** WHAT IS NEEDED **
Whenever "IFCOPENINGELEMENT" occurs in a line of the material, list that line.

** RECORD EXTRACTS **

┌──

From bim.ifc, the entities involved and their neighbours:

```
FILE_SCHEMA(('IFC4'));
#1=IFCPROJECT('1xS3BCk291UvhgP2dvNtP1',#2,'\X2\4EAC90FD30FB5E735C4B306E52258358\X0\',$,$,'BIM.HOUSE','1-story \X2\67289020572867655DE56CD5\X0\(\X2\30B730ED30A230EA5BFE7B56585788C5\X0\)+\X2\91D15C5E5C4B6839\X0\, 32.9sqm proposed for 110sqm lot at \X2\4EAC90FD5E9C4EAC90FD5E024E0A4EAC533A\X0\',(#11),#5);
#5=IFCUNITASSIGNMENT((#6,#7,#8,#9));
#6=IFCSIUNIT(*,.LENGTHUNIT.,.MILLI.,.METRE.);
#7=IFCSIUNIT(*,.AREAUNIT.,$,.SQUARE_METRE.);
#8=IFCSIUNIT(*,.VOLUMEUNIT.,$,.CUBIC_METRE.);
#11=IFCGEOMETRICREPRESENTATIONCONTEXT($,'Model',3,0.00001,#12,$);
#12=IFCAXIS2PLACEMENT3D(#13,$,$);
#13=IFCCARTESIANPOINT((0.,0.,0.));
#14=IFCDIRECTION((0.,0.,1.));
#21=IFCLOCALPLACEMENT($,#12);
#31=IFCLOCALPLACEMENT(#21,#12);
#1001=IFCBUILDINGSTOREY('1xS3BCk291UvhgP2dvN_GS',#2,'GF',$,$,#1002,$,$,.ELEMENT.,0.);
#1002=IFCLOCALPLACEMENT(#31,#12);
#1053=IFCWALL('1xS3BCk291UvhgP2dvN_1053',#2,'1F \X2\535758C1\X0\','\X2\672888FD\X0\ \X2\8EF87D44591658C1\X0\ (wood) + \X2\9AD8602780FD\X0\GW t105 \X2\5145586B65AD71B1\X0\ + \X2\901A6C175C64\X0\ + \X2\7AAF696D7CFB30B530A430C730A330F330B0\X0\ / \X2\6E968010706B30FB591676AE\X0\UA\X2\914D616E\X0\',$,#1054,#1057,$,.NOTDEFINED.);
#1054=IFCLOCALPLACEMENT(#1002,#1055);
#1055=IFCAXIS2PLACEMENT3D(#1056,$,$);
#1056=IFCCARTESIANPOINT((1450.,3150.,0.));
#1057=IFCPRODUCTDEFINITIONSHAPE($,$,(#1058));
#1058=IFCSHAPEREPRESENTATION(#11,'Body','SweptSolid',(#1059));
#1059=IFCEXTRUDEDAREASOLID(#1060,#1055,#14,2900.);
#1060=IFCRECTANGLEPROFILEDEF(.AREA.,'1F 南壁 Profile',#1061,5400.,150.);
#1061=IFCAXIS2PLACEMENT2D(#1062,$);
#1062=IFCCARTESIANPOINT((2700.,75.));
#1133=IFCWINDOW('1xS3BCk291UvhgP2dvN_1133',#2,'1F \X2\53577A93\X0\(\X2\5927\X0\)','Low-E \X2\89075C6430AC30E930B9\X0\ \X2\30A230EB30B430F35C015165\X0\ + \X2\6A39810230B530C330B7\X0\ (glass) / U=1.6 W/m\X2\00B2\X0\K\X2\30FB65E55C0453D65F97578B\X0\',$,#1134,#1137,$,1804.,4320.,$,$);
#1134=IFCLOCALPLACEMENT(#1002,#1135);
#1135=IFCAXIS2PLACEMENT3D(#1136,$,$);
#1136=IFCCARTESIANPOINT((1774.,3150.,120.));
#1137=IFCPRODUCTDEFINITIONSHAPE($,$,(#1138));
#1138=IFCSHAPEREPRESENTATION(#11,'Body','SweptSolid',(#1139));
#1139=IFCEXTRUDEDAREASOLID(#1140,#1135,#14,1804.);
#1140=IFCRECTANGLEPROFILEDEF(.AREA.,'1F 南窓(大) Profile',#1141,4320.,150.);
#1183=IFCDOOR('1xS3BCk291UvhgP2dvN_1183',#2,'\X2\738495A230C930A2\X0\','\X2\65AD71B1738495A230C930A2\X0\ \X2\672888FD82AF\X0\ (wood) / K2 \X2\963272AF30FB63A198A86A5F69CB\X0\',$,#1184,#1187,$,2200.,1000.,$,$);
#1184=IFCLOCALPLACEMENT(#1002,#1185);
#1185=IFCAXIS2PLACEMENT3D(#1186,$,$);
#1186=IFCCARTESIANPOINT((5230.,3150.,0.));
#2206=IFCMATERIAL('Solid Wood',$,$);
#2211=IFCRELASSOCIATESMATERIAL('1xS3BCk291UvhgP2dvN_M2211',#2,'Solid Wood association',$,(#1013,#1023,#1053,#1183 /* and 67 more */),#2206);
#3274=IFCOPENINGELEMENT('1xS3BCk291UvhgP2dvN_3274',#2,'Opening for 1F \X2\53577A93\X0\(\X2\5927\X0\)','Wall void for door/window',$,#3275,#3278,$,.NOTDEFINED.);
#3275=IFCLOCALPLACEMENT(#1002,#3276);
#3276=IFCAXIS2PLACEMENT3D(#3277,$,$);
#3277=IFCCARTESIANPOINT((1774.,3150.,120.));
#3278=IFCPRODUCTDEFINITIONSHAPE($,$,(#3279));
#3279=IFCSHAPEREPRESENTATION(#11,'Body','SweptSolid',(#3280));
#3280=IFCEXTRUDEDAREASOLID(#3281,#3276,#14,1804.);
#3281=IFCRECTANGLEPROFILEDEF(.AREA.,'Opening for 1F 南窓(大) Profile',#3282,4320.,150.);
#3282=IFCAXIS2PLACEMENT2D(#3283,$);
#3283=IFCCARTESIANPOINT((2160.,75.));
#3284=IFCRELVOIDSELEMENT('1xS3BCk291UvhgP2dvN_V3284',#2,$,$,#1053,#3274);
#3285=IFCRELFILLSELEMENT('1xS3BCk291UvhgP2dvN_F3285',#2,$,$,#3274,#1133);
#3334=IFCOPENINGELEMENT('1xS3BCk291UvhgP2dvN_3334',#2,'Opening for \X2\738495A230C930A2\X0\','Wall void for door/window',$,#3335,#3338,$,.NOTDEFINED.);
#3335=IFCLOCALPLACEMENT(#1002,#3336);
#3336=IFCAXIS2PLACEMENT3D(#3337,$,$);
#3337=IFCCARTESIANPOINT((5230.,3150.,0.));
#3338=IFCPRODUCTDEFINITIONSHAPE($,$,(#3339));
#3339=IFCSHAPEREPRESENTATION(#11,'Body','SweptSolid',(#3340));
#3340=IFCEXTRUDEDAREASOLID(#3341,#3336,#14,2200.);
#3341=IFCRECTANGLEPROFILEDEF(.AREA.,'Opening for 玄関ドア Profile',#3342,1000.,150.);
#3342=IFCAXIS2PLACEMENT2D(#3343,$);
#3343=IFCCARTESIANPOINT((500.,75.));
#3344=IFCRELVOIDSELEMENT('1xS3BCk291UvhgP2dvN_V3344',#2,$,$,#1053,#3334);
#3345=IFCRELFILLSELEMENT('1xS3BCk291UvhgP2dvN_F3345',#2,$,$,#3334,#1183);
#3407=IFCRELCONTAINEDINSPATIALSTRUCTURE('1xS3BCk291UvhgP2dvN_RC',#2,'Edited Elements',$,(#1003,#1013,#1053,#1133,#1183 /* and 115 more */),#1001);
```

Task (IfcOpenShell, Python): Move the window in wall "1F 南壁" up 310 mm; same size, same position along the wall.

```python
import numpy as np
import ifcopenshell
import ifcopenshell.api.geometry
import ifcopenshell.util.placement
import ifcopenshell.util.unit

model = ifcopenshell.open("bim.ifc")
unit_scale = ifcopenshell.util.unit.calculate_unit_scale(model)

window = model.by_guid("1xS3BCk291UvhgP2dvN_1133")
opening = window.FillsVoids[0].RelatingOpeningElement
dz = 310.0

shift = np.array([0.0, 0.0, dz])
# The window is not placed relative to its opening, so move both.
for product in (opening, window):
    matrix = ifcopenshell.util.placement.get_local_placement(product.ObjectPlacement)
    matrix[:3, 3] += shift
    ifcopenshell.api.geometry.edit_object_placement(model, product=product, matrix=matrix, is_si=False)

print(f"moved by {dz * unit_scale:+.3f} m")

model.write("bim_v2.ifc")
```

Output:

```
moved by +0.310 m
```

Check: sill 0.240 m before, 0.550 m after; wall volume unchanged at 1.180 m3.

└──

** RESULT BELOW **
#3274=IFCOPENINGELEMENT('1xS3BCk291UvhgP2dvN_3274',#2,'Opening for 1F \X2\53577A93\X0\(\X2\5927\X0\)','Wall void for door/window',$,#3275,#3278,$,.NOTDEFINED.);
#3334=IFCOPENINGELEMENT('1xS3BCk291UvhgP2dvN_3334',#2,'Opening for \X2\738495A230C930A2\X0\','Wall void for door/window',$,#3335,#3338,$,.NOTDEFINED.);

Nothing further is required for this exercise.